THE DATA:
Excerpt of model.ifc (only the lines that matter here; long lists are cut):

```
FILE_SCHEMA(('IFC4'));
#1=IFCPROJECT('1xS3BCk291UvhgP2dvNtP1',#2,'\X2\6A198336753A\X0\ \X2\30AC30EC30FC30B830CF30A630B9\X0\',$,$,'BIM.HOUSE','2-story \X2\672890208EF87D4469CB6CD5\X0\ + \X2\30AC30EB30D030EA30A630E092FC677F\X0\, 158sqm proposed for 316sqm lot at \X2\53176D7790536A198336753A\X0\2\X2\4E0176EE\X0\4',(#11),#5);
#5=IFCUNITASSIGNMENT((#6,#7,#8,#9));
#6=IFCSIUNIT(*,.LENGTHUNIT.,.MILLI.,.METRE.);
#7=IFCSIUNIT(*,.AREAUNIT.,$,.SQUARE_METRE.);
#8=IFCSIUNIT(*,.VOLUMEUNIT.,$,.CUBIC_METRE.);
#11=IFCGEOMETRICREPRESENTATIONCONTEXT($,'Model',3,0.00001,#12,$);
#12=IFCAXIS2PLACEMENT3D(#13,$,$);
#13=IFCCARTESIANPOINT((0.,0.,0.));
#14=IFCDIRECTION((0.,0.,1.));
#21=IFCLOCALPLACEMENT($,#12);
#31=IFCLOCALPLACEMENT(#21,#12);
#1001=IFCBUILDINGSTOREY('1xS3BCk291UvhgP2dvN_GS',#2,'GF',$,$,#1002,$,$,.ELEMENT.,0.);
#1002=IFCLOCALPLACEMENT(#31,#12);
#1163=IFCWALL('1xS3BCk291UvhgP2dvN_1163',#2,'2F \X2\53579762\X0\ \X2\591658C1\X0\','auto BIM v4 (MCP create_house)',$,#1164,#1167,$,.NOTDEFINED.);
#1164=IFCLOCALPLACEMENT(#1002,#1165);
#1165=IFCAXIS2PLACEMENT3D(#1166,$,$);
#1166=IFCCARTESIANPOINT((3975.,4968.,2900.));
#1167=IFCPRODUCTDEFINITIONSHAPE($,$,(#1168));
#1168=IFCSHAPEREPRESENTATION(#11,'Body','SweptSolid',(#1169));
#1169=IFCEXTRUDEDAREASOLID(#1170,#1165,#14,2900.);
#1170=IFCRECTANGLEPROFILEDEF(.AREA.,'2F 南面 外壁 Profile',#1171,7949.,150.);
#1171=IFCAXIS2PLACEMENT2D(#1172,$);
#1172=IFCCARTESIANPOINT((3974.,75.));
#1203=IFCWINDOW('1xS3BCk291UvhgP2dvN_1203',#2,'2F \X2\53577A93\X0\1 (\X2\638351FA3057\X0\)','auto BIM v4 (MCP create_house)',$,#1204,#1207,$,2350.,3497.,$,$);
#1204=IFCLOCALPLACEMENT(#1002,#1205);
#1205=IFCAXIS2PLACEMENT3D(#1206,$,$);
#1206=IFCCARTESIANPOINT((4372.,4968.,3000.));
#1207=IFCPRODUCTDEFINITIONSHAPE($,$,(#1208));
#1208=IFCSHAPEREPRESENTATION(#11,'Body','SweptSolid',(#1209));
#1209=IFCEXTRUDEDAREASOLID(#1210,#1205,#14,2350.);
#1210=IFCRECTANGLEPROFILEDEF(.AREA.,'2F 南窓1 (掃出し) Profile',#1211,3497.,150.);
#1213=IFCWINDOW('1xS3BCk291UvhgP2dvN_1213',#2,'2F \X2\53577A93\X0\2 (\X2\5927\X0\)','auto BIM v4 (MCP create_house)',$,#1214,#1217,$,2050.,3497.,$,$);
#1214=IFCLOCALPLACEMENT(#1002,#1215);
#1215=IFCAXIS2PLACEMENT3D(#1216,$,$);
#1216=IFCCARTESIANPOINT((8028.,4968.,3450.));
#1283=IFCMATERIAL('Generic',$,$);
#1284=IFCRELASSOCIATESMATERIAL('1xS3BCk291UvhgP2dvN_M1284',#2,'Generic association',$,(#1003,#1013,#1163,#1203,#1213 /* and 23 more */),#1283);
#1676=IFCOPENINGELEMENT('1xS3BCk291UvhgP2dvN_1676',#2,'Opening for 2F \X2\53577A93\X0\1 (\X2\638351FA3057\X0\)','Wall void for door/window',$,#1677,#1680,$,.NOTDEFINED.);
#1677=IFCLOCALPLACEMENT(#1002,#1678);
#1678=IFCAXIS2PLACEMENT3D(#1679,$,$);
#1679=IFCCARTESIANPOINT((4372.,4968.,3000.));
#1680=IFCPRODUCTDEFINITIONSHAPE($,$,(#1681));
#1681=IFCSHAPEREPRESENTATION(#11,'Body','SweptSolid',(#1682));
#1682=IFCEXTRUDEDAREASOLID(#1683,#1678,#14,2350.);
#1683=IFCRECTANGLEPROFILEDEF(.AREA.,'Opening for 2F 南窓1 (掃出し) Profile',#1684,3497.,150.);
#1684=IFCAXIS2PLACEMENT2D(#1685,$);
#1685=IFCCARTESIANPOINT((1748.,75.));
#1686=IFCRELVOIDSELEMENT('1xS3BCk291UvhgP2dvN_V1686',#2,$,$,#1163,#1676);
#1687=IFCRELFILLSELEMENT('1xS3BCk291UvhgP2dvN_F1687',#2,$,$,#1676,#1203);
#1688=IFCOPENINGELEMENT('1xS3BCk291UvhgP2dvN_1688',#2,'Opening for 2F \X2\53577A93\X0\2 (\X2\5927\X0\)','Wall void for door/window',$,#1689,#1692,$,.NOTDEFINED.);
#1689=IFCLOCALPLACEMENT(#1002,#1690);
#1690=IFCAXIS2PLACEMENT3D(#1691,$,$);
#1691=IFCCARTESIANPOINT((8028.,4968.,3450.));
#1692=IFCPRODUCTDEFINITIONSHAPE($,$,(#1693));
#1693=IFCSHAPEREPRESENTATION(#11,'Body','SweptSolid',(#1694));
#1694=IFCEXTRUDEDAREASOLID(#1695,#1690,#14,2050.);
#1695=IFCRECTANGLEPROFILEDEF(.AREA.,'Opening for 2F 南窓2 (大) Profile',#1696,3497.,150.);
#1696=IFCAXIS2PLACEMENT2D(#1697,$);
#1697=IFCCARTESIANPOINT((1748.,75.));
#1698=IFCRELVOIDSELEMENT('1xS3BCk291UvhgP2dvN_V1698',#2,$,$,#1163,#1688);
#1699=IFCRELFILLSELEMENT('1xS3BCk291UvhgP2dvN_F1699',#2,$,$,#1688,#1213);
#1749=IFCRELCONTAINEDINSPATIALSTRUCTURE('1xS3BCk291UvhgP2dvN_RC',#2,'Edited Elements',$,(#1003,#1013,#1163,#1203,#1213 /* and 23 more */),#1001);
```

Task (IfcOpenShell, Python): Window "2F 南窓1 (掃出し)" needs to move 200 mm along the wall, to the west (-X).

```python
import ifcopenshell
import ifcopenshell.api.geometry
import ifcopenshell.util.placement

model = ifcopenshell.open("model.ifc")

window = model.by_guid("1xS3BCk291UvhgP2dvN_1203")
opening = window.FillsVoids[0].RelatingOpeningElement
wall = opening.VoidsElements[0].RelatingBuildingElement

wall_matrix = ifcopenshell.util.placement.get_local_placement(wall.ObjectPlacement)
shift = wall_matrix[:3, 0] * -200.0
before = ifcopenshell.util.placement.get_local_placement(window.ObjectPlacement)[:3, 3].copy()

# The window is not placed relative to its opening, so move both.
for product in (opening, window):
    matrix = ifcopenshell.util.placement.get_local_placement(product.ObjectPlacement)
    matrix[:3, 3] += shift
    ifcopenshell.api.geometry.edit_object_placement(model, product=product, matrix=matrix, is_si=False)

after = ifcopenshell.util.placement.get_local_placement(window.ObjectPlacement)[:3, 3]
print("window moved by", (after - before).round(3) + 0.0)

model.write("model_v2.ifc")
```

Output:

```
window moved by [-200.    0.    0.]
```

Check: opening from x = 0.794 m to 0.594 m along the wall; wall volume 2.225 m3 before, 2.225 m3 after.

EXERCISE AIM: Pick every line containing the word "IFCCARTESIANPOINT" out of the material, and copy those lines.

ANSWER BELOW:
#13=IFCCARTESIANPOINT((0.,0.,0.));
#1166=IFCCARTESIANPOINT((3975.,4968.,2900.));
#1172=IFCCARTESIANPOINT((3974.,75.));
#1206=IFCCARTESIANPOINT((4372.,4968.,3000.));
#1216=IFCCARTESIANPOINT((8028.,4968.,3450.));
#1679=IFCCARTESIANPOINT((4372.,4968.,3000.));
#1685=IFCCARTESIANPOINT((1748.,75.));
#1691=IFCCARTESIANPOINT((8028.,4968.,3450.));
#1697=IFCCARTESIANPOINT((1748.,75.));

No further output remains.